I've seen first hand the mess of regulation related paperwork it takes to run a normal NG/etc plant, it takes teams to of people to review it every year and assure compliance. Layering the NRC/etc into this is how you end up spending insane amount of capital and producing nothing but paperwork (see nuscale) on a design that isn't particularly ground breaking in the face of existing plants. I can't even imagine how much it would take to certify something like a navy reactor in that kind of environment.


None of the exposed I have seen mention anything about NRC specific regulations. It's just bad management processes dictating sloppy first attempts at design, leading to literally unconstructable designs, followed by even worse management processes for getting feedback and changes, or any sort of streamlining to allow agile response.

Imagine a huge waterfall design, with the architects being part of a completely different company than the implementers, and months long turn around to get clarification on any aspect or to get the designers to sign off on the necessary changes for anything to happen.

People are not afraid to criticize the NRC, it falls out of people's mouth so easily. But if they are actually afraid of the NRC, why are they so willing to provide critique, but unwilling to suggest the exact things that are the problem?

More likely you have a bunch of substandard folks unwilling to take any sort of responsibility for their actions or for management and instead blame a third party.

Suppose that any one of these companies spent a tiny tiny fraction of their money of proposing changes to regulations that would allow them to build effectively?
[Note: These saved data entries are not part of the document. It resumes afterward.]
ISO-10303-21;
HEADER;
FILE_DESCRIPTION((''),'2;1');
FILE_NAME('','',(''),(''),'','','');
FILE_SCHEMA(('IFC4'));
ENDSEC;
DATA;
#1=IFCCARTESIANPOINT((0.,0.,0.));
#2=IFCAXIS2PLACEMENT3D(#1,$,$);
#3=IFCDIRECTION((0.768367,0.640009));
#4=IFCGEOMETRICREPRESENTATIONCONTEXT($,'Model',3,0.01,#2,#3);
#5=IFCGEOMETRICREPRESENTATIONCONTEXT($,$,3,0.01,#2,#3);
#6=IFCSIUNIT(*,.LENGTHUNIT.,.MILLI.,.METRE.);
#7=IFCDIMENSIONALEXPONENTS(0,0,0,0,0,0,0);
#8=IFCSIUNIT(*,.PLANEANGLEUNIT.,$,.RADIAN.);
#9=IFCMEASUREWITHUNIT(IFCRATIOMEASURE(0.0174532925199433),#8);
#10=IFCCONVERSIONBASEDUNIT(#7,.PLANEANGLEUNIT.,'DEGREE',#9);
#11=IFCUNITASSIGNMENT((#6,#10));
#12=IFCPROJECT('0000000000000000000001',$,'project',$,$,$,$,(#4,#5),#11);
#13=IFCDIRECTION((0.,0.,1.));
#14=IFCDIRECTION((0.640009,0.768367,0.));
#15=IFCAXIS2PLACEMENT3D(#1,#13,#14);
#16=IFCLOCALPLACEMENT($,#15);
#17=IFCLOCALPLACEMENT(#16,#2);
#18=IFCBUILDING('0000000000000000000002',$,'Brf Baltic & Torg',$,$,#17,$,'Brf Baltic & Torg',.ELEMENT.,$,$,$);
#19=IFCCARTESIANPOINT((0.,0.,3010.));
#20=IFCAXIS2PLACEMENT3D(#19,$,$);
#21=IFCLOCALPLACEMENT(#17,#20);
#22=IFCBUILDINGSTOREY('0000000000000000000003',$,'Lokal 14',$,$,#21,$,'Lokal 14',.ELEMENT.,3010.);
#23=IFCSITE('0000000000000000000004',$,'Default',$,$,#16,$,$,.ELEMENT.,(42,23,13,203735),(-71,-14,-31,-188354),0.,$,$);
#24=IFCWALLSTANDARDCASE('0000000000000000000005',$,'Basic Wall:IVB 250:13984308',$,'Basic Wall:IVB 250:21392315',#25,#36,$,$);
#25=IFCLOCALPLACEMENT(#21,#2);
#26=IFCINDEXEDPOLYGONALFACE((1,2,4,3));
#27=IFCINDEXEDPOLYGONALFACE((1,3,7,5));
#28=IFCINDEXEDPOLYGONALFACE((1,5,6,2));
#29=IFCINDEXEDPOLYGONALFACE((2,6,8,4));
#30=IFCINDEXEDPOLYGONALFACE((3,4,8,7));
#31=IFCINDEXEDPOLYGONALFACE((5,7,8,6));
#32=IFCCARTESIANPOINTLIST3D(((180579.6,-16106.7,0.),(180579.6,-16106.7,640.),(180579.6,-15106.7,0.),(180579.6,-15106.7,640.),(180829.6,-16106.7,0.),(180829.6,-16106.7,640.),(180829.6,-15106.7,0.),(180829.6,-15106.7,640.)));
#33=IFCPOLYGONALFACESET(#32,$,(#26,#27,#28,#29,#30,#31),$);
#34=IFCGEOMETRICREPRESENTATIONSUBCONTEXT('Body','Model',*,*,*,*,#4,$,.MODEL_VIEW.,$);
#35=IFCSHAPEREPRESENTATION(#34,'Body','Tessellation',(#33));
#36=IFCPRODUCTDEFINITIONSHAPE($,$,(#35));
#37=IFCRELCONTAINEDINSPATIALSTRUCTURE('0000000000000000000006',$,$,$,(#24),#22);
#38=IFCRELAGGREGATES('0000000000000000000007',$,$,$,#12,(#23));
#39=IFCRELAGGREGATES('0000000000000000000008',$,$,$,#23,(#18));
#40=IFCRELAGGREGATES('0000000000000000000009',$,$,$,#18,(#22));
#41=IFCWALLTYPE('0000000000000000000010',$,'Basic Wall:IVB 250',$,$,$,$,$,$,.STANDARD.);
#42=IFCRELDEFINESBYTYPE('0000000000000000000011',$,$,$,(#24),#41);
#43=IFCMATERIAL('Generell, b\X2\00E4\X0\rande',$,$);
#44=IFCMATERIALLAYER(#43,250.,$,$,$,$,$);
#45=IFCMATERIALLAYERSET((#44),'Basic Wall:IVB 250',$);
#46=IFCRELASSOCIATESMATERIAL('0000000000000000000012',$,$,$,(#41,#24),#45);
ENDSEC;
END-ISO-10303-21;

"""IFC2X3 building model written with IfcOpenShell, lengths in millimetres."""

from ifc_helpers import new_model, entity, si_unit, converted_unit, direction, frame, frame_2d, origin, place, context, subcontext, project, spatial, rectangle, extrude, clip, halfspace, material, layer, layer_set, layer_usage, type_object, element, save


model = new_model("IFC2X3")

# Units and contexts
model_context = context("Model", 3, precision=0.01, world=origin(), true_north=direction((0.768367, 0.640009)))
context_of_model = context(None, 3, precision=0.01, world=origin(), true_north=direction((0.768367, 0.640009)))
body_context = subcontext(model_context, "Body", "Model", "MODEL_VIEW")
ifc_project = project(units=[si_unit("LENGTHUNIT", "METRE", prefix="MILLI"), converted_unit("PLANEANGLEUNIT", "DEGREE", entity("IfcRatioMeasure", 0.0174532925199433), si_unit("PLANEANGLEUNIT", "RADIAN"), dimensions=[0, 0, 0, 0, 0, 0, 0])], contexts=[model_context, context_of_model])

# Site, building, storey
site_placement = place(None, frame((0.0, 0.0, 0.0), z_axis=(0.0, 0.0, 1.0), x_axis=(0.640009, 0.768367, 0.0)))
site = spatial("IfcSite", under=ifc_project, at=site_placement, Name="Default", CompositionType="ELEMENT", RefLatitude=(42, 23, 13, 203735), RefLongitude=(-71, -14, -31, -188354), RefElevation=0.0)
building_placement = place(site_placement, origin())
building = spatial("IfcBuilding", under=site, at=building_placement, Name="Brf Baltic & Torg", LongName="Brf Baltic & Torg", CompositionType="ELEMENT")
storey_placement = place(building_placement, frame((0.0, 0.0, 3010.0)))
storey = spatial("IfcBuildingStorey", under=building, at=storey_placement, Name="Lokal 14", LongName="Lokal 14", CompositionType="ELEMENT", Elevation=3010.0)

# Shared definitions
ifc_material_1 = material(Name="Generell, bärande")

# Wall
ifc_layer_1 = layer(ifc_material_1, 250.0)
ifc_layer_set_1 = layer_set([ifc_layer_1], Name="Basic Wall:IVB 250")
ifc_layer_usage_1 = layer_usage(ifc_layer_set_1, "AXIS2", "NEGATIVE", 125.0)
wall_type_1 = type_object("IfcWallType", Name="Basic Wall:IVB 250", PredefinedType="STANDARD", material=ifc_layer_set_1)
wall_1_placement = place(storey_placement, frame((180704.6, -15106.7, 0.0), z_axis=(0.0, 0.0, 1.0), x_axis=(0.0, -1.0, 0.0)))
element("IfcWallStandardCase", 1, at=wall_1_placement, inside=storey, type_object=wall_type_1, material=ifc_layer_usage_1, Name="Basic Wall:IVB 250:13984308", ObjectType="Basic Wall:IVB 250:21392315", context=body_context, shape_type="Clipping", body=[
    clip(extrude(rectangle(XDim=1000.0, YDim=250.0, at=frame_2d((500.0, 0.0), x_axis=(-1.0, 0.0))), origin(), (0.0, 0.0, 1.0), 640.0), halfspace(frame((0.0, 0.0, -1360.0)), True)),
])

save(model, "model.ifc")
Why don't we see any sort of proposals like that?

As for nuscale, this is a perfect example of using the NRC as a scapegoat and being unwilling to look at the true source of their problems:

https://www.power-eng.com/nuclear/report-claims-serious-prob...

I am still waiting for some sort of example of the NRC layering on something unnecessary, after six years of begging people making the claim to produce one shred of evidence.